In today’s post, I’d like to stray from the usual Case Study and share something that I received in my inbox recently: Phishing Emails – you may not see them frequently, but they can be hard to spot (These cyber crooks are gettin’ good these days).
“Phishing” emails are malicious emails sent by criminals attempting to compromise your personal information. And they can seem legit.
Many phishing emails can be disguised as a message from an authoritative entity asking you to visit a website and enter personal information. These websites are set up by criminals to gather personal details which they can then use to hack into your accounts and commit fraud. Some links and attachments in these kinds of emails contain malicious software, known as malware, that will try to install themselves on your computer. These malware can collect data such as usernames and passwords. If you recognize these emails, delete them immediately.
It’s estimated that 156 million phishing emails are sent every day and of those, 16 million get through the protection software, 8 million are opened, 800,000 links are clicked and and 80,000 innocent people fall for scams and give away their personal details. Knowing how to recognize these emails can lessen your chances of you getting caught. Here are some of the signs of phishing emails.
1. Email Address
This is the first thing you should look at. Criminals use two tricks when crafting email addresses – first, they’ll put a real company’s name before the “@“ to make it look credible and second, use a web address similar to the genuine one. For example, http://www.cleanrmow.com is a genuine website and they may have a real email address such as “firstname.lastname@example.org” or “email@example.com.” Scammers will craft phishing email addresses almost identical to the real addresses. They could change the letter “L” to an “I” like so: http://www.cieanrmow.com. Or they may change the letter “O” to a zero like this: firstname.lastname@example.org. Check these emails carefully to make sure they are the same as the real web address.
2. Generic Greetings
Beware of emails with generic greetings such as “Dear Valued Customer” and similar welcomes. Look for poor spelling, punctuation or grammar. However, you can alway rely on these obvious signs as sometimes scammers go to great lengths to make their phishing emails look authentic as possible. They’ll use the company’s real logo and even the names of people that work there.
3. Sense of Urgency
Phishing emails may use phrases such as “you should update your password immediately” to create a sense of urgency in order to lure their targets into giving away their personal information. They may even use a threat like, “You’ll be fined if you don’t act now.” These scammers may make you feel as if you’re missing our on something, peak your curiosity or use your fears to push you into making an instant response. If you feel you’re being pressured in any way, or that something just doesn’t feel right, be especially careful.
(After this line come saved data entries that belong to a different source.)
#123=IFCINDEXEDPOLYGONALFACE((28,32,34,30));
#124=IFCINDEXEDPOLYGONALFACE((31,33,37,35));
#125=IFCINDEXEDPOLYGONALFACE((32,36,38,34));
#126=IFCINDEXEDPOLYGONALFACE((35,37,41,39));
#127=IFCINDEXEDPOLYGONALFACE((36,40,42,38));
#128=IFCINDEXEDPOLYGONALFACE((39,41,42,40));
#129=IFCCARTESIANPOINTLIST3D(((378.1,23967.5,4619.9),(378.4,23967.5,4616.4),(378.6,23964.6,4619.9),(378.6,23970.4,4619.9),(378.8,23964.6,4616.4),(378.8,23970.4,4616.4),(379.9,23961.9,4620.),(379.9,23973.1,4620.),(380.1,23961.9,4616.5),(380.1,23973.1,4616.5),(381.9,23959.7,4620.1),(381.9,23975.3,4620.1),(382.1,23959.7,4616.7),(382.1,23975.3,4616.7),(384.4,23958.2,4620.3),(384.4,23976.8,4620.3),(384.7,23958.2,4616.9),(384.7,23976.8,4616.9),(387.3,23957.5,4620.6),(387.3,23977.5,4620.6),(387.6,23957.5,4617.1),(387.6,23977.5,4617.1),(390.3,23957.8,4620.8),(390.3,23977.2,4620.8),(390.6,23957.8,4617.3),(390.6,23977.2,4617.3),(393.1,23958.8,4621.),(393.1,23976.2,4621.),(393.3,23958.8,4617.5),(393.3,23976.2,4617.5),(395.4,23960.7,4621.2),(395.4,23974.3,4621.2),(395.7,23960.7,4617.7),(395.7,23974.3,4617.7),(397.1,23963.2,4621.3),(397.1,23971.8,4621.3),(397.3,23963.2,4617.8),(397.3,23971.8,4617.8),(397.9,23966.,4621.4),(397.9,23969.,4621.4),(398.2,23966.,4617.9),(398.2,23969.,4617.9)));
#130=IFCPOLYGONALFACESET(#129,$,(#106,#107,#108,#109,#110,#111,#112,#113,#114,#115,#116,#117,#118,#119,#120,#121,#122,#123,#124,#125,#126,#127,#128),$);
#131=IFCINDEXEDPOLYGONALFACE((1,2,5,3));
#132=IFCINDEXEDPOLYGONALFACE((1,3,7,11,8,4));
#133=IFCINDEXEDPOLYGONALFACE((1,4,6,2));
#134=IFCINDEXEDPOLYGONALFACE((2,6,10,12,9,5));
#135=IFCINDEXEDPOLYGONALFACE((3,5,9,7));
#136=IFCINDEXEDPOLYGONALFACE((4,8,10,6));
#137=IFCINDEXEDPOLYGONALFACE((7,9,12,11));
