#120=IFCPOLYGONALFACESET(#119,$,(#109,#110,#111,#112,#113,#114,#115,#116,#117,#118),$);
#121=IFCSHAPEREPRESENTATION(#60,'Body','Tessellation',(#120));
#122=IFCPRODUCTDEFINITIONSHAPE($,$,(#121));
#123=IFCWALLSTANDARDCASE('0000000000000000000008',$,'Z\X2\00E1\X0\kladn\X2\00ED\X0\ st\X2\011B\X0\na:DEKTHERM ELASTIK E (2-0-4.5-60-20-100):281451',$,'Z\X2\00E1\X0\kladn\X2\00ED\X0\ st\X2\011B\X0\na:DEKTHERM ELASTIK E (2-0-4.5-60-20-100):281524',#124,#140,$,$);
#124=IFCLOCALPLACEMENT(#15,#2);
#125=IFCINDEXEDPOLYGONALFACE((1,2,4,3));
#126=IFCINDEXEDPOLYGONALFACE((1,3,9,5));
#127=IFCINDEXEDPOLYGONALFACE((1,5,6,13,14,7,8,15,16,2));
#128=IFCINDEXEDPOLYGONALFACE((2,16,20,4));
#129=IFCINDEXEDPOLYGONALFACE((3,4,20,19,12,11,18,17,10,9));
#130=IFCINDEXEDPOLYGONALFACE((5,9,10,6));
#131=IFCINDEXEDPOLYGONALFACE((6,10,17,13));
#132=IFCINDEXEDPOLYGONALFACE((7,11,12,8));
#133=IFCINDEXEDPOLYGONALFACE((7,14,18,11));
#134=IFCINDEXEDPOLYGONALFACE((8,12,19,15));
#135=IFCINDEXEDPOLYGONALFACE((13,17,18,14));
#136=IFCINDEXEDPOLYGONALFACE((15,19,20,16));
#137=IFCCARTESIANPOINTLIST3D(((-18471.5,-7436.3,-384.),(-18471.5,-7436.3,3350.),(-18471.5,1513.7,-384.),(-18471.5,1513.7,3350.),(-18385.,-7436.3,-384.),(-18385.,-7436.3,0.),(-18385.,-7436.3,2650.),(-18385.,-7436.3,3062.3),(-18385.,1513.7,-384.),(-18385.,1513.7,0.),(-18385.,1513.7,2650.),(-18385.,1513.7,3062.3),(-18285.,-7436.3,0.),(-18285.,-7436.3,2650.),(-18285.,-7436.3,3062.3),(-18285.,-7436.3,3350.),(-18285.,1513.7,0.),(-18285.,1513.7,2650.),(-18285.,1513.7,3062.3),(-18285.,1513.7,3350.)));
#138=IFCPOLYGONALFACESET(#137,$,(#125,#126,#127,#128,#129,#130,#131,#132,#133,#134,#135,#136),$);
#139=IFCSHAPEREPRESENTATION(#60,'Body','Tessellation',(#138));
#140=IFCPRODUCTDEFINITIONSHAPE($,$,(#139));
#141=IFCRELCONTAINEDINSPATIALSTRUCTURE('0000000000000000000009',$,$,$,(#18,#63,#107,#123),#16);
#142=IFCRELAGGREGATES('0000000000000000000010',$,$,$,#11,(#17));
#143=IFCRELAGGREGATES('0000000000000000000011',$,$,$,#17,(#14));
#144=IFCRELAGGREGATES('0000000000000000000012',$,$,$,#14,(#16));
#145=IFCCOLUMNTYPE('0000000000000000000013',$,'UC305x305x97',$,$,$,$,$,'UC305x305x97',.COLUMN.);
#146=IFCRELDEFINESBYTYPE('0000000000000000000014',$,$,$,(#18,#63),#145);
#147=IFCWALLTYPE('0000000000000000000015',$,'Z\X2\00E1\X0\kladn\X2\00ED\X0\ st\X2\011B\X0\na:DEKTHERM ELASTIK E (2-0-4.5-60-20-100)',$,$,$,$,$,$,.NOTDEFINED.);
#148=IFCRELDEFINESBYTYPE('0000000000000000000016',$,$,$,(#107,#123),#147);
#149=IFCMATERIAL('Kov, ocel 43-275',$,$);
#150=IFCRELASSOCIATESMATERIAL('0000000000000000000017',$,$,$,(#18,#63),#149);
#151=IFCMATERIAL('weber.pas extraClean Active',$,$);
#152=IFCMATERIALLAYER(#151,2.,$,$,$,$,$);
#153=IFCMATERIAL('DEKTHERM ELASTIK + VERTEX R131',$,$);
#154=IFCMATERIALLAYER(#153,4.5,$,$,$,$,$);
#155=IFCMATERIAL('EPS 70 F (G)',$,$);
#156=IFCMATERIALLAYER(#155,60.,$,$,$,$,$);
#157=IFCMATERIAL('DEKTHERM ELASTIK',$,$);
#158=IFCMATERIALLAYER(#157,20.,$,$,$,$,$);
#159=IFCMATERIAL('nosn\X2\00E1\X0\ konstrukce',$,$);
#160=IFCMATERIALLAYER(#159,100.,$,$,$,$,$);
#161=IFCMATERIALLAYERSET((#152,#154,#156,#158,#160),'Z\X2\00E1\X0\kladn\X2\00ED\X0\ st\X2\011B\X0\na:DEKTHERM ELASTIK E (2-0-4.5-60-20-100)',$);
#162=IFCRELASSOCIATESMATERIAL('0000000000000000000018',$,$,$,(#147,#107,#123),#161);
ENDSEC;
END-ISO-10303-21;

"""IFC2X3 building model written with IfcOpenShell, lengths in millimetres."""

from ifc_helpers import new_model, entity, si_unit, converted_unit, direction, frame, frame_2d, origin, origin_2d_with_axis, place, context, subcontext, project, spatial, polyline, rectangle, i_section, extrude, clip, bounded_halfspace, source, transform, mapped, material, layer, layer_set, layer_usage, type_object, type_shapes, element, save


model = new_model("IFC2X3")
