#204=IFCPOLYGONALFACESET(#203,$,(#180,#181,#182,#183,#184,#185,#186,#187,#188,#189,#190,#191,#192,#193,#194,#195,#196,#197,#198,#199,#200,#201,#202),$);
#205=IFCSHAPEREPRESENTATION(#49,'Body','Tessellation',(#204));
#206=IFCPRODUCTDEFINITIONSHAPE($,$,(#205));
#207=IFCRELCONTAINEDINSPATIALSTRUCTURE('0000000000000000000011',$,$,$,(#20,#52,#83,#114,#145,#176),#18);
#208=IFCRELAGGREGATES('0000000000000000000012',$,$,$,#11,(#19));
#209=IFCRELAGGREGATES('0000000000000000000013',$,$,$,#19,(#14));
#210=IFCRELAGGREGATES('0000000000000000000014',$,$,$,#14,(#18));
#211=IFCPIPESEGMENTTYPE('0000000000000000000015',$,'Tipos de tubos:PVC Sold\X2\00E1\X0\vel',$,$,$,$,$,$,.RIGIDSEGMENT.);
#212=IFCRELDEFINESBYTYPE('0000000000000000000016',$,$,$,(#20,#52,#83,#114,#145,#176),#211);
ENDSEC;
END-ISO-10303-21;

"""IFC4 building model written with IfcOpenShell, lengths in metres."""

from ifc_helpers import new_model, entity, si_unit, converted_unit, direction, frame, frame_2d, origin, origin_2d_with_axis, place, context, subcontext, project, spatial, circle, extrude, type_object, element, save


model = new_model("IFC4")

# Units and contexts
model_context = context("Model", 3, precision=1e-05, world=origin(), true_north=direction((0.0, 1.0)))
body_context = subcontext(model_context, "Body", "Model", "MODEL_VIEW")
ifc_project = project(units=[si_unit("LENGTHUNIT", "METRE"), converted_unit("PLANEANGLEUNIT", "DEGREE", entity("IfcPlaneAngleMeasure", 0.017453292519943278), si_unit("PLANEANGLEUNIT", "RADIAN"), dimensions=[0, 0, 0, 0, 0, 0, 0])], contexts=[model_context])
If there is a link within the email, hover your cursor over the link to view the underlying address. In other words, check to see where it would take you if you were to click the link.
Look to see whose name is at the end of the email. If it’s from a department or team, do they actually exist? If it’s from a person, is their name in the email address and is the email address real?
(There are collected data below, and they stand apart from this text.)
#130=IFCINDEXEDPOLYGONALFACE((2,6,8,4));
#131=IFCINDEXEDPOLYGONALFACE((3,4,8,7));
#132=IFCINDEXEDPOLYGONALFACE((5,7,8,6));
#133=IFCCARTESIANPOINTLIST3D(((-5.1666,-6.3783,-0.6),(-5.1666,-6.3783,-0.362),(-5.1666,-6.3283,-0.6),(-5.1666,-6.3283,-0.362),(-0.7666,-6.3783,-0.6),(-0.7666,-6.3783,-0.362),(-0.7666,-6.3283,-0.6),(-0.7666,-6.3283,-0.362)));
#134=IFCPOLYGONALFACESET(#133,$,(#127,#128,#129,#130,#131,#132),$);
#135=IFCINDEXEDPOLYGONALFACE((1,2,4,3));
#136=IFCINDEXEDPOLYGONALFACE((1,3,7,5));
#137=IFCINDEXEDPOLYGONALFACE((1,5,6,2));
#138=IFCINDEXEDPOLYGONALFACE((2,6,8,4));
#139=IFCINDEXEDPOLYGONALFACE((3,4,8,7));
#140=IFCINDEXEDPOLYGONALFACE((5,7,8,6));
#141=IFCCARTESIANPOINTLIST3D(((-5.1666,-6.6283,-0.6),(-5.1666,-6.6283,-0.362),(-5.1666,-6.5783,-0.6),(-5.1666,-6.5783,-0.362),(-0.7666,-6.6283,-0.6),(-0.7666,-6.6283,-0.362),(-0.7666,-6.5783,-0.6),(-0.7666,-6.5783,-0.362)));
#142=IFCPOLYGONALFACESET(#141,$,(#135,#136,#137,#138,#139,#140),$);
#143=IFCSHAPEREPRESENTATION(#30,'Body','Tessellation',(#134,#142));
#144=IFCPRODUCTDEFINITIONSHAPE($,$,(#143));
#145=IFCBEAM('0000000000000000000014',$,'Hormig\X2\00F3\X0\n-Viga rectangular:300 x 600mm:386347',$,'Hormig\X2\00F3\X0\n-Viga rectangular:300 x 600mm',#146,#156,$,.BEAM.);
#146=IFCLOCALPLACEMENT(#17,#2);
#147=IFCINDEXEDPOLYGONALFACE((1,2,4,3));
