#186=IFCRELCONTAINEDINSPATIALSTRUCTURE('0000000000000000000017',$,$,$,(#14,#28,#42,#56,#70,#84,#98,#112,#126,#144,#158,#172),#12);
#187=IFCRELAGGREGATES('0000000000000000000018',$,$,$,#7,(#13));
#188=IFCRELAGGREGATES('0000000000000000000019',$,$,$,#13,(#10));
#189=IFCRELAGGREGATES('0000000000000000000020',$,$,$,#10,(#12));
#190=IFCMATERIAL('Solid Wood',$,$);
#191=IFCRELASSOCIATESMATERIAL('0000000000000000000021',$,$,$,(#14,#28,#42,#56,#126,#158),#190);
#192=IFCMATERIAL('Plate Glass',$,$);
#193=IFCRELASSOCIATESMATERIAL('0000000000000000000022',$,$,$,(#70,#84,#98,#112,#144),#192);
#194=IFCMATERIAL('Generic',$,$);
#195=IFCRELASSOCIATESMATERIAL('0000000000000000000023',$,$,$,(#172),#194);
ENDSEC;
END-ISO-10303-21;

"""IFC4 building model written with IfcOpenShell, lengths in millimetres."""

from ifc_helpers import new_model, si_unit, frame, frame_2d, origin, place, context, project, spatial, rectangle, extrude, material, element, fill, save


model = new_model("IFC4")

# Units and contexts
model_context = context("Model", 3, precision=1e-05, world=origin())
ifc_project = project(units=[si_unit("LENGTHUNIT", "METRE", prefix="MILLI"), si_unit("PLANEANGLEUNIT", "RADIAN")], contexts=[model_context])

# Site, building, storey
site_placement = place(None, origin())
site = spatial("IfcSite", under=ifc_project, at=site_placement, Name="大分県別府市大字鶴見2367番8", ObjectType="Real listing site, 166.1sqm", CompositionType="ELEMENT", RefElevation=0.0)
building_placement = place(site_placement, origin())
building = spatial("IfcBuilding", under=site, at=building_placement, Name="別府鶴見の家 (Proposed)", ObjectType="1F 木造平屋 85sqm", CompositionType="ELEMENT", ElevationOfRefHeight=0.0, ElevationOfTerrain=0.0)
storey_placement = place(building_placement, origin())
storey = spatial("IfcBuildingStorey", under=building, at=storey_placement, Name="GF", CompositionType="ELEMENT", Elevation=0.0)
These are just generic emails which are sent out to large groups of people, knowing that it only takes a few to click to make the effort worthwhile to the scammers.
Criminals sometimes target individuals. These cyber attacks are called “spear phishing” and this method is on the increase because criminals know many more people are fooled by them. Spear phishing emails often use personal information obtained from social media pages to make the emails look more credible. For example, criminals might use your name or tailor the email to reflect things you like; your hobbies, interests, where you live or what is happening locally. They may even make the email look as if it came from the organization you work for. People are sometimes targeted because of their position within the company or because they have access to sensitive data.
It can often feel like we’re bombarded with emails both at home and at work, and many of them have genuine links and attachments. Be sure to look for the signs of phishing emails and think before you follow any links or open any attachments.